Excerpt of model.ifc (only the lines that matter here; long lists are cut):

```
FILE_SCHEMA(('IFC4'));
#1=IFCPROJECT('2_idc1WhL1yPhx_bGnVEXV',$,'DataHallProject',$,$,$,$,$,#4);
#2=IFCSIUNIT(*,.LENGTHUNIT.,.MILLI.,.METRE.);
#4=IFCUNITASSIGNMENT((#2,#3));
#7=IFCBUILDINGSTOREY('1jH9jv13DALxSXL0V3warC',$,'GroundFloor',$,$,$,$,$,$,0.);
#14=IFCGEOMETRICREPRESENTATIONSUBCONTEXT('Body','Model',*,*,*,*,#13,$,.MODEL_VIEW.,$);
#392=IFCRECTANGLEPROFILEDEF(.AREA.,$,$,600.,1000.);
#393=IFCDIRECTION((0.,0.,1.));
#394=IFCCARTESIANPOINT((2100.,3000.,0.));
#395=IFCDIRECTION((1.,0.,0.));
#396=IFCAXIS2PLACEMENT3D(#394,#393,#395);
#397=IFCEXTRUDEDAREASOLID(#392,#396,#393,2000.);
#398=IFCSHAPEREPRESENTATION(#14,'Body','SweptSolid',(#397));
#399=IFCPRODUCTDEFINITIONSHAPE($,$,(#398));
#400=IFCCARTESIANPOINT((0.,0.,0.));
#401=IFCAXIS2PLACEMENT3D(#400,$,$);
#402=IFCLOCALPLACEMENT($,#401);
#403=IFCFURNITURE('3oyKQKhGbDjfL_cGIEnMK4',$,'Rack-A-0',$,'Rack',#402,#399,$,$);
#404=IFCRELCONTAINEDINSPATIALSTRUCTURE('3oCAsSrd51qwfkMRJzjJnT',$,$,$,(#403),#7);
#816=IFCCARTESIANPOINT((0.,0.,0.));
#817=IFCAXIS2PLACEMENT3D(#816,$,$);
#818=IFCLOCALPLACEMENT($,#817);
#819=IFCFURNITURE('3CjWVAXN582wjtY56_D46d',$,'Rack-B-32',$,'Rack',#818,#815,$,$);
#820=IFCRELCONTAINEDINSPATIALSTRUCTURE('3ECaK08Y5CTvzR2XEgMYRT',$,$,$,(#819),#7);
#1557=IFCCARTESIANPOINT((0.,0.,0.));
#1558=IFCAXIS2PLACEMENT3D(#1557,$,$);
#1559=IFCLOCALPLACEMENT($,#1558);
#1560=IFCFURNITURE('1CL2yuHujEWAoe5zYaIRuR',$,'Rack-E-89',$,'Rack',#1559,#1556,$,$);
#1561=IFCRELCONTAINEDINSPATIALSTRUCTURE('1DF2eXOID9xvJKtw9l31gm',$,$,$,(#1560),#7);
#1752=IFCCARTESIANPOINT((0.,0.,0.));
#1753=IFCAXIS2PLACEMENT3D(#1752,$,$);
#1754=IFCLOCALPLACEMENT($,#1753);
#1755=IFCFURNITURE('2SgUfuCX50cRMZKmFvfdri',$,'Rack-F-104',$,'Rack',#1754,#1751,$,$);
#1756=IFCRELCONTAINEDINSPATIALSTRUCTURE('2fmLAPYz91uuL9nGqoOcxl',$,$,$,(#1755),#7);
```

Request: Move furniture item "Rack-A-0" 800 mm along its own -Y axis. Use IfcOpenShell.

```python
import ifcopenshell
import ifcopenshell.api.geometry
import ifcopenshell.util.placement
import ifcopenshell.util.unit

model = ifcopenshell.open("model.ifc")
unit_scale = ifcopenshell.util.unit.calculate_unit_scale(model)

item = model.by_guid("3oyKQKhGbDjfL_cGIEnMK4")
matrix = ifcopenshell.util.placement.get_local_placement(item.ObjectPlacement)
matrix[:3, 3] -= matrix[:3, 1] * 0.8 / unit_scale
ifcopenshell.api.geometry.edit_object_placement(model, product=item, matrix=matrix, is_si=False)

print(ifcopenshell.util.placement.get_local_placement(item.ObjectPlacement).round(3) + 0.0)

model.write("model_edited.ifc")
```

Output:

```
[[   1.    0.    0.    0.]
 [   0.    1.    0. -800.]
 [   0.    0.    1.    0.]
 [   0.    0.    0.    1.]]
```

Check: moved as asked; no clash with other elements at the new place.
-----
** Exercise prompt **
Repeat all the records without altering a single word.

** Solution for this task **
Excerpt of model.ifc (only the lines that matter here; long lists are cut):

```
FILE_SCHEMA(('IFC4'));
#1=IFCPROJECT('2_idc1WhL1yPhx_bGnVEXV',$,'DataHallProject',$,$,$,$,$,#4);
#2=IFCSIUNIT(*,.LENGTHUNIT.,.MILLI.,.METRE.);
#4=IFCUNITASSIGNMENT((#2,#3));
#7=IFCBUILDINGSTOREY('1jH9jv13DALxSXL0V3warC',$,'GroundFloor',$,$,$,$,$,$,0.);
#14=IFCGEOMETRICREPRESENTATIONSUBCONTEXT('Body','Model',*,*,*,*,#13,$,.MODEL_VIEW.,$);
#392=IFCRECTANGLEPROFILEDEF(.AREA.,$,$,600.,1000.);
#393=IFCDIRECTION((0.,0.,1.));
#394=IFCCARTESIANPOINT((2100.,3000.,0.));
#395=IFCDIRECTION((1.,0.,0.));
#396=IFCAXIS2PLACEMENT3D(#394,#393,#395);
#397=IFCEXTRUDEDAREASOLID(#392,#396,#393,2000.);
#398=IFCSHAPEREPRESENTATION(#14,'Body','SweptSolid',(#397));
#399=IFCPRODUCTDEFINITIONSHAPE($,$,(#398));
#400=IFCCARTESIANPOINT((0.,0.,0.));
#401=IFCAXIS2PLACEMENT3D(#400,$,$);
#402=IFCLOCALPLACEMENT($,#401);
#403=IFCFURNITURE('3oyKQKhGbDjfL_cGIEnMK4',$,'Rack-A-0',$,'Rack',#402,#399,$,$);
#404=IFCRELCONTAINEDINSPATIALSTRUCTURE('3oCAsSrd51qwfkMRJzjJnT',$,$,$,(#403),#7);
#816=IFCCARTESIANPOINT((0.,0.,0.));
#817=IFCAXIS2PLACEMENT3D(#816,$,$);
#818=IFCLOCALPLACEMENT($,#817);
#819=IFCFURNITURE('3CjWVAXN582wjtY56_D46d',$,'Rack-B-32',$,'Rack',#818,#815,$,$);
#820=IFCRELCONTAINEDINSPATIALSTRUCTURE('3ECaK08Y5CTvzR2XEgMYRT',$,$,$,(#819),#7);
#1557=IFCCARTESIANPOINT((0.,0.,0.));
#1558=IFCAXIS2PLACEMENT3D(#1557,$,$);
#1559=IFCLOCALPLACEMENT($,#1558);
#1560=IFCFURNITURE('1CL2yuHujEWAoe5zYaIRuR',$,'Rack-E-89',$,'Rack',#1559,#1556,$,$);
#1561=IFCRELCONTAINEDINSPATIALSTRUCTURE('1DF2eXOID9xvJKtw9l31gm',$,$,$,(#1560),#7);
#1752=IFCCARTESIANPOINT((0.,0.,0.));
#1753=IFCAXIS2PLACEMENT3D(#1752,$,$);
#1754=IFCLOCALPLACEMENT($,#1753);
#1755=IFCFURNITURE('2SgUfuCX50cRMZKmFvfdri',$,'Rack-F-104',$,'Rack',#1754,#1751,$,$);
#1756=IFCRELCONTAINEDINSPATIALSTRUCTURE('2fmLAPYz91uuL9nGqoOcxl',$,$,$,(#1755),#7);
```

Request: Move furniture item "Rack-A-0" 800 mm along its own -Y axis. Use IfcOpenShell.

```python
import ifcopenshell
import ifcopenshell.api.geometry
import ifcopenshell.util.placement
import ifcopenshell.util.unit

model = ifcopenshell.open("model.ifc")
unit_scale = ifcopenshell.util.unit.calculate_unit_scale(model)

item = model.by_guid("3oyKQKhGbDjfL_cGIEnMK4")
matrix = ifcopenshell.util.placement.get_local_placement(item.ObjectPlacement)
matrix[:3, 3] -= matrix[:3, 1] * 0.8 / unit_scale
ifcopenshell.api.geometry.edit_object_placement(model, product=item, matrix=matrix, is_si=False)

print(ifcopenshell.util.placement.get_local_placement(item.ObjectPlacement).round(3) + 0.0)

model.write("model_edited.ifc")
```

Output:

```
[[   1.    0.    0.    0.]
 [   0.    1.    0. -800.]
 [   0.    0.    1.    0.]
 [   0.    0.    0.    1.]]
```

Check: moved as asked; no clash with other elements at the new place.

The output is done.